SBA found that nearly half of small business set-aside orders issued off of government-wide acquisition contracts (GWACs) go to businesses that no longer qualify as small under the NAICS code size standard at the time of the order. Sections 121.404(a)(1), 124.503(i), 125.18(d), and 127.504(c). These "former" small businesses received 67% of GWAC task order dollars set-aside for small business. However, this same issue did not arise in the context of orders or Blanket Purchase Agreements (BPAs) issued under GSA's FSS contracts. To address the industry's concern while also avoiding adding unnecessary burden on contractors and agencies, SBA seeks to require re-certification of a company's size status for each order under an unrestricted MAC that is set-aside exclusively for small business. However, this rule would not apply to orders or BPAs issued under any FSS contract, as SBA found that such requirement would create undue inefficiency, and the data shows that the percentage of dollars going to other than small business off of FSS set-asides is limited.
Similarly, where the required status for an order differs from that of the underlying contract (e.g., if the MAC is a small business set-aside award, but the task order is restricted to HUBZone small business concerns), SBA proposes that all small business candidates qualify for the socio-economic status of the set-aside order at the time the firm submits an offer for that order. SBA notes that "[a]lthough size may flow down from the underlying contract, status in this case cannot."
Together with SBA's proposal to allow size protests at the order level for unrestricted MACs (and for SBA's Associate General Counsel for Procurement Law to initiate or file size protests), these proposed rules seek to bring small business regulations better in line with SBA's mission, to expand opportunities, and to protect against abuses of the program.
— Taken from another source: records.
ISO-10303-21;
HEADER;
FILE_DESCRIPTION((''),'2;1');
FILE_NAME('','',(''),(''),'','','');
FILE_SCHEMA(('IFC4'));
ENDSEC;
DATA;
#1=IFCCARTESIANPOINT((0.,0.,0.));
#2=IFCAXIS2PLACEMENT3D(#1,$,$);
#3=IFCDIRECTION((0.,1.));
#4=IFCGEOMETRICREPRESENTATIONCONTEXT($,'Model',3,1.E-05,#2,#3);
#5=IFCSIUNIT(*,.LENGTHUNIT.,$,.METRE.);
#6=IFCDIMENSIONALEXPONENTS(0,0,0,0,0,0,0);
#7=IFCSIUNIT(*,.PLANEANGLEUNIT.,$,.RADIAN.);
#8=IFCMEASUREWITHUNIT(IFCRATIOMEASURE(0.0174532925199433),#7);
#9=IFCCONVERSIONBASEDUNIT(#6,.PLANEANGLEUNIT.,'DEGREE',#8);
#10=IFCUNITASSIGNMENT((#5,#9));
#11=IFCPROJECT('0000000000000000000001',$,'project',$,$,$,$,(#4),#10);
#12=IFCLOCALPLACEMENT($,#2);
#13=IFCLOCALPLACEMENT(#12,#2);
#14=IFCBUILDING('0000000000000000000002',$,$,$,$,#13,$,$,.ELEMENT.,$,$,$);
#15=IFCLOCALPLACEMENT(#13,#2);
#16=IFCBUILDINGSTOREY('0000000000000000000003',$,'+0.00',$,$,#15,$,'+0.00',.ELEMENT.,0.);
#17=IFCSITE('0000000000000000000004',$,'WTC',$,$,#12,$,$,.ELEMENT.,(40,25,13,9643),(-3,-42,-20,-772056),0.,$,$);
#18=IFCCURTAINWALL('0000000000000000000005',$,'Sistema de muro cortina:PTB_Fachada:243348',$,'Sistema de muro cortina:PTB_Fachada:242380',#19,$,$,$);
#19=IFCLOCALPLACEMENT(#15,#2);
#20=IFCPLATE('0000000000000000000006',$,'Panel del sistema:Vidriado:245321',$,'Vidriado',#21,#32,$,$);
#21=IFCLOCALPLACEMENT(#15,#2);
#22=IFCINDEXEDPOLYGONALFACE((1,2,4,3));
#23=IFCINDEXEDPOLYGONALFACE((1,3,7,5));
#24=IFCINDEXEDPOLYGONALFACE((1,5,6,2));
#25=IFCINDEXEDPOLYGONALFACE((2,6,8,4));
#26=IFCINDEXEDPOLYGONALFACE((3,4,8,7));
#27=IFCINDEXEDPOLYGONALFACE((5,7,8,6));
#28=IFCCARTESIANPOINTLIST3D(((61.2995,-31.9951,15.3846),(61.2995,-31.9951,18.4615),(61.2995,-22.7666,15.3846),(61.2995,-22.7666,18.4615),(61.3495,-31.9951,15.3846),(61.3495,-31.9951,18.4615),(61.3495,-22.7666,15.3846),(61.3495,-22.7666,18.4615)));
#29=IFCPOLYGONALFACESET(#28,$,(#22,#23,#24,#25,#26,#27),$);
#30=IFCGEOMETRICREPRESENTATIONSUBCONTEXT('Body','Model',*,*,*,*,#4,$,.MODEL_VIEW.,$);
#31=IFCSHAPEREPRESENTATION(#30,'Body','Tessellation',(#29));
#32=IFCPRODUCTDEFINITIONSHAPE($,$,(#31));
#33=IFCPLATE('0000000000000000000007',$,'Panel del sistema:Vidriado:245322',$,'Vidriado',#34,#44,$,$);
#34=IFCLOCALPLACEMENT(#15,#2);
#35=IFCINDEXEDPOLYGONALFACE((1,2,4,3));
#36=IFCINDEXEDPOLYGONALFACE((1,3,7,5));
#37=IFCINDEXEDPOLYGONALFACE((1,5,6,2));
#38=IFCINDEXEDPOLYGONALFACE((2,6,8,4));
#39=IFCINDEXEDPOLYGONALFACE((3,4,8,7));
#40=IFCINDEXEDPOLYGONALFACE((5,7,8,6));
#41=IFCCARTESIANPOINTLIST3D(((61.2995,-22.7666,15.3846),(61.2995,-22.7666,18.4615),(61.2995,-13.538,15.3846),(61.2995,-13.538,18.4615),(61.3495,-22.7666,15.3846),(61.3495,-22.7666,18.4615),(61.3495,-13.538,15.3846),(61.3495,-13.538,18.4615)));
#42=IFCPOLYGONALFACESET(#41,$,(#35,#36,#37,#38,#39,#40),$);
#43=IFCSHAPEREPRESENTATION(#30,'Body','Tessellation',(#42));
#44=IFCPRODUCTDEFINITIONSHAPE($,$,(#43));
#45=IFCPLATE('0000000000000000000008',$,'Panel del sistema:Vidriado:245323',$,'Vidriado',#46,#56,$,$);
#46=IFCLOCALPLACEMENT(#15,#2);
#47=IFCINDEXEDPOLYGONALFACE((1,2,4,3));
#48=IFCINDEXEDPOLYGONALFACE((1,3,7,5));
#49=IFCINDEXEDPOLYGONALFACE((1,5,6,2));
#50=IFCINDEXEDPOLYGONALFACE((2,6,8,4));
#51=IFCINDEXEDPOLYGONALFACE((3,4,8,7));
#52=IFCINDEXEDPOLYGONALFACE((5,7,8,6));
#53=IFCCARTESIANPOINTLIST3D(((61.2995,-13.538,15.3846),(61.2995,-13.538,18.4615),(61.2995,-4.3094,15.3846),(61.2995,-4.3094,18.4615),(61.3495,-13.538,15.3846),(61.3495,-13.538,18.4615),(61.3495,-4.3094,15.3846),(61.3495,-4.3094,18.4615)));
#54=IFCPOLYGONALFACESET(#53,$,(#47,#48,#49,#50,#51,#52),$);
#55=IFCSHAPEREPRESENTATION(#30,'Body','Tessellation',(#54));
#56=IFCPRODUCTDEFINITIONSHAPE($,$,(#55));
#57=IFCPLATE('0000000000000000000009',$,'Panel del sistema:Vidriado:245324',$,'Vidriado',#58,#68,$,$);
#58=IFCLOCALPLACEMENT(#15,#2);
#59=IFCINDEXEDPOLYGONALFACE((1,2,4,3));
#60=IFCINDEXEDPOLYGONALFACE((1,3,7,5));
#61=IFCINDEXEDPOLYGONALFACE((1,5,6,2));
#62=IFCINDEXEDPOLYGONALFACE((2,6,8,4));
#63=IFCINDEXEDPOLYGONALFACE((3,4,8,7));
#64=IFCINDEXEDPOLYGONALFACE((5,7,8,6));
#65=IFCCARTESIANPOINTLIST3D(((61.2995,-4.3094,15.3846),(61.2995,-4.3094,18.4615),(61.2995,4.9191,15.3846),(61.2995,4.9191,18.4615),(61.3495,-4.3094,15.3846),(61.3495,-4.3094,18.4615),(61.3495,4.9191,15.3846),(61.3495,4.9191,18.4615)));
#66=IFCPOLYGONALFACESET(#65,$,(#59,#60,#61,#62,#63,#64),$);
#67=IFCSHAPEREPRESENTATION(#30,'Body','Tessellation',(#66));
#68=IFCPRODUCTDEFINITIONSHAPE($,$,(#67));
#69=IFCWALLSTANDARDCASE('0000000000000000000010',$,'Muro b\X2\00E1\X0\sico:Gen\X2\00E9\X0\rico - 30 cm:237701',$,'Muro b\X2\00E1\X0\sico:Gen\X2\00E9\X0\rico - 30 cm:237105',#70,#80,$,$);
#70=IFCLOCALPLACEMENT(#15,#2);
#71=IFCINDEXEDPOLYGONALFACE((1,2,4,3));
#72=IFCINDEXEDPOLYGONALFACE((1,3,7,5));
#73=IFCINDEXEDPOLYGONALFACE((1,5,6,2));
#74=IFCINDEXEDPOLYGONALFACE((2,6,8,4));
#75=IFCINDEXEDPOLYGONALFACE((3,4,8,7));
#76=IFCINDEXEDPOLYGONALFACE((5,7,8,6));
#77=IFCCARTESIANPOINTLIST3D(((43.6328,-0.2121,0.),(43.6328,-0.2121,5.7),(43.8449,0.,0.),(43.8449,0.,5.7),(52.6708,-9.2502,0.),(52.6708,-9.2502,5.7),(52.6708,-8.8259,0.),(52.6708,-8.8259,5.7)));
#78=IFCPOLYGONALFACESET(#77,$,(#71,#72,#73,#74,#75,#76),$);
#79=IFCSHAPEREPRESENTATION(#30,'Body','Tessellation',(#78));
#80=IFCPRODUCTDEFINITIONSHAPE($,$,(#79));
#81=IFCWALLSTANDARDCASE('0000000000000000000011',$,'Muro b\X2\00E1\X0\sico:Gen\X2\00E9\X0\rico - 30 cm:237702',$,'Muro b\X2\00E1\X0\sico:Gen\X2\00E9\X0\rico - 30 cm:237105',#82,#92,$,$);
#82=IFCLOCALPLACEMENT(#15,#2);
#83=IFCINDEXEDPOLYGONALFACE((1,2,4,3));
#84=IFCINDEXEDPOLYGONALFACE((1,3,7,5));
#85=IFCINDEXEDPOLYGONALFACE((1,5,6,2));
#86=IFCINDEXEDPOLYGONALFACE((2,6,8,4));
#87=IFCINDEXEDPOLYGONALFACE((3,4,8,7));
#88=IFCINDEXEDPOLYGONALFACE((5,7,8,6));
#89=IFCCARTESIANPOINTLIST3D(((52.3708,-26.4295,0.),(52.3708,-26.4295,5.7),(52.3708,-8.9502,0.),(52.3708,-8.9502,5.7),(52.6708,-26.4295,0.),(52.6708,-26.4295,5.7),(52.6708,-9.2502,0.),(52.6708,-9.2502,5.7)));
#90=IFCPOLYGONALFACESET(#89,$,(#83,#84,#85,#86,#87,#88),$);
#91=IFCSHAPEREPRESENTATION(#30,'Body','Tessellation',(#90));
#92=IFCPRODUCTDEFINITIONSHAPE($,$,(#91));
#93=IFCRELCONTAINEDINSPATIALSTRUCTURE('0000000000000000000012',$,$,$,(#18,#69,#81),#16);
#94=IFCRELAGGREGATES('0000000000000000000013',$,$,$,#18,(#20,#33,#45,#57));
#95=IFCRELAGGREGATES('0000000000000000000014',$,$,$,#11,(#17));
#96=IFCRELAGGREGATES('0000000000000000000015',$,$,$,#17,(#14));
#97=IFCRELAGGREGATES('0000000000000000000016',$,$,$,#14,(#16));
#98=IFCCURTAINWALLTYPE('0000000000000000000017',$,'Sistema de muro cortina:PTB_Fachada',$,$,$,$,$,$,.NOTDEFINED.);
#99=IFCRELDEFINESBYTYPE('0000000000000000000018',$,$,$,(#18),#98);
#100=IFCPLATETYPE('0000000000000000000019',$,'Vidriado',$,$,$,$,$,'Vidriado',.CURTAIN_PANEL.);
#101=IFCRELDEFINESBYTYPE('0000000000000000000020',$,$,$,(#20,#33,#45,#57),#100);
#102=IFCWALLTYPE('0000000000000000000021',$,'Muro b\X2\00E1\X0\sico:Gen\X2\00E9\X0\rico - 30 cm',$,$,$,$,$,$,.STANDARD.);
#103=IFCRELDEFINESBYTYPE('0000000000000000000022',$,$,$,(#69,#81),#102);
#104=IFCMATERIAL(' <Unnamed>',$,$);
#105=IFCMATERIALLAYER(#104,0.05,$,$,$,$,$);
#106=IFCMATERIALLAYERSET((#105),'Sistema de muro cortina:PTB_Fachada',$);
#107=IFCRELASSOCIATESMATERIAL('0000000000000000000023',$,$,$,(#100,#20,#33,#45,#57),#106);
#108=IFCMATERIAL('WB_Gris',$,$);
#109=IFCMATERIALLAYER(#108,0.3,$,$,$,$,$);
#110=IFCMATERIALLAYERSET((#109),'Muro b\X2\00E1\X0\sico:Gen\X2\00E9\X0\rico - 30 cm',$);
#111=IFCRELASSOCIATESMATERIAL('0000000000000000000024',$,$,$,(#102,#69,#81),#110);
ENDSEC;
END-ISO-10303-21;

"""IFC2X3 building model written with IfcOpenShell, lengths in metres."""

from ifc_helpers import new_model, entity, si_unit, converted_unit, direction, frame, origin, origin_2d_with_axis, place, context, subcontext, project, spatial, polyline, rectangle, outline, extrude, clip, bounded_halfspace, source, transform, mapped, material, layer, layer_set, layer_usage, type_object, type_shapes, element, aggregate, save


model = new_model("IFC2X3")

# Units and contexts
model_context = context("Model", 3, precision=1e-05, world=origin(), true_north=direction((0.0, 1.0)))
body_context = subcontext(model_context, "Body", "Model", "MODEL_VIEW")
ifc_project = project(units=[si_unit("LENGTHUNIT", "METRE"), converted_unit("PLANEANGLEUNIT", "DEGREE", entity("IfcRatioMeasure", 0.0174532925199433), si_unit("PLANEANGLEUNIT", "RADIAN"), dimensions=[0, 0, 0, 0, 0, 0, 0])], contexts=[model_context])

# Site, building, storey
site_placement = place(None, origin())
site = spatial("IfcSite", under=ifc_project, at=site_placement, Name="WTC", CompositionType="ELEMENT", RefLatitude=(40, 25, 13, 9643), RefLongitude=(-3, -42, -20, -772056), RefElevation=0.0)
building_placement = place(site_placement, origin())
building = spatial("IfcBuilding", under=site, at=building_placement, CompositionType="ELEMENT")
storey_placement = place(building_placement, origin())
storey = spatial("IfcBuildingStorey", under=building, at=storey_placement, Name="+0.00", LongName="+0.00", CompositionType="ELEMENT", Elevation=0.0)

# Curtain wall, plates
curtain_wall_type = type_object("IfcCurtainWallType", Name="Sistema de muro cortina:PTB_Fachada", PredefinedType="NOTDEFINED")
ifc_material_1 = material(Name=" <Unnamed>")
ifc_layer_1 = layer(ifc_material_1, 0.05)
ifc_layer_set_1 = layer_set([ifc_layer_1], Name="Sistema de muro cortina:PTB_Fachada")
curtain_wall_1_placement = place(storey_placement, origin())
curtain_wall_1 = element("IfcCurtainWall", 1, at=curtain_wall_1_placement, inside=storey, type_object=curtain_wall_type, Name="Sistema de muro cortina:PTB_Fachada:243348", ObjectType="Sistema de muro cortina:PTB_Fachada:242380")
plate_type_1 = type_object("IfcPlateType", Name="Vidriado", ElementType="Vidriado", PredefinedType="CURTAIN_PANEL", material=ifc_layer_set_1)
shared_shape_1 = source(origin(), body_context, "Body", "SweptSolid", [
    extrude(rectangle(XDim=0.05, YDim=9.2286, at=origin_2d_with_axis()), frame((0.0, 0.0, 0.0), z_axis=(0.0, 0.0, 1.0), x_axis=(0.0, 1.0, 0.0)), (0.0, 0.0, 1.0), 3.0769),
])
type_shapes(plate_type_1, [shared_shape_1])
ifc_layer_usage_1 = layer_usage(ifc_layer_set_1, "AXIS3", "POSITIVE", 0.0)
plate_1_placement = place(curtain_wall_1_placement, frame((61.3245, -27.3809, 15.3846), z_axis=(0.0, 0.0, 1.0), x_axis=(0.0, 1.0, 0.0)))
plate_1 = element("IfcPlate", 2, at=plate_1_placement, type_object=plate_type_1, material=ifc_layer_usage_1, Name="Panel del sistema:Vidriado:245321", ObjectType="Vidriado", context=body_context, shape_type="MappedRepresentation", body=[
    mapped(shared_shape_1, transform((0.0, 0.0, 0.0), scale=1.0)),
])
ifc_layer_usage_2 = layer_usage(ifc_layer_set_1, "AXIS3", "POSITIVE", 0.0)
plate_2_placement = place(curtain_wall_1_placement, frame((61.3245, -18.1523, 15.3846), z_axis=(0.0, 0.0, 1.0), x_axis=(0.0, 1.0, 0.0)))
plate_2 = element("IfcPlate", 3, at=plate_2_placement, type_object=plate_type_1, material=ifc_layer_usage_2, Name="Panel del sistema:Vidriado:245322", ObjectType="Vidriado", context=body_context, shape_type="MappedRepresentation", body=[
    mapped(shared_shape_1, transform((0.0, 0.0, 0.0), scale=1.0)),
])
ifc_layer_usage_3 = layer_usage(ifc_layer_set_1, "AXIS3", "POSITIVE", 0.0)
plate_3_placement = place(curtain_wall_1_placement, frame((61.3245, -8.9237, 15.3846), z_axis=(0.0, 0.0, 1.0), x_axis=(0.0, 1.0, 0.0)))
plate_3 = element("IfcPlate", 4, at=plate_3_placement, type_object=plate_type_1, material=ifc_layer_usage_3, Name="Panel del sistema:Vidriado:245323", ObjectType="Vidriado", context=body_context, shape_type="MappedRepresentation", body=[
    mapped(shared_shape_1, transform((0.0, 0.0, 0.0), scale=1.0)),
])
ifc_layer_usage_4 = layer_usage(ifc_layer_set_1, "AXIS3", "POSITIVE", 0.0)
plate_4_placement = place(curtain_wall_1_placement, frame((61.3245, 0.3049, 15.3846), z_axis=(0.0, 0.0, 1.0), x_axis=(0.0, 1.0, 0.0)))
plate_4 = element("IfcPlate", 5, at=plate_4_placement, type_object=plate_type_1, material=ifc_layer_usage_4, Name="Panel del sistema:Vidriado:245324", ObjectType="Vidriado", context=body_context, shape_type="MappedRepresentation", body=[
    mapped(shared_shape_1, transform((0.0, 0.0, 0.0), scale=1.0)),
])
aggregate(curtain_wall_1, [plate_1, plate_2, plate_3, plate_4])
Takeaways for Federal Government Contractors
SBA is seeking feedback from interested parties on a number of issues that might be addressed in its final rule. Contractors can submit public comments online before the deadline on January 17, 2020.
SBA's rules are notoriously difficult to navigate—from eligibility requirements for various small business incentives and support programs, to limitations on subcontracting and the non-manufacturer rule (and exceptions thereto). While SBA intends to clarify and, in many instances, simplify its requirements to ensure that SBA regulations are in line with its mission, these revisions will require the attention of all those impacted to ensure future compliance. Federal contractors should monitor the public comments on SBA's proposed rule and consider how the final rule may impact their business and strategy for federal procurement.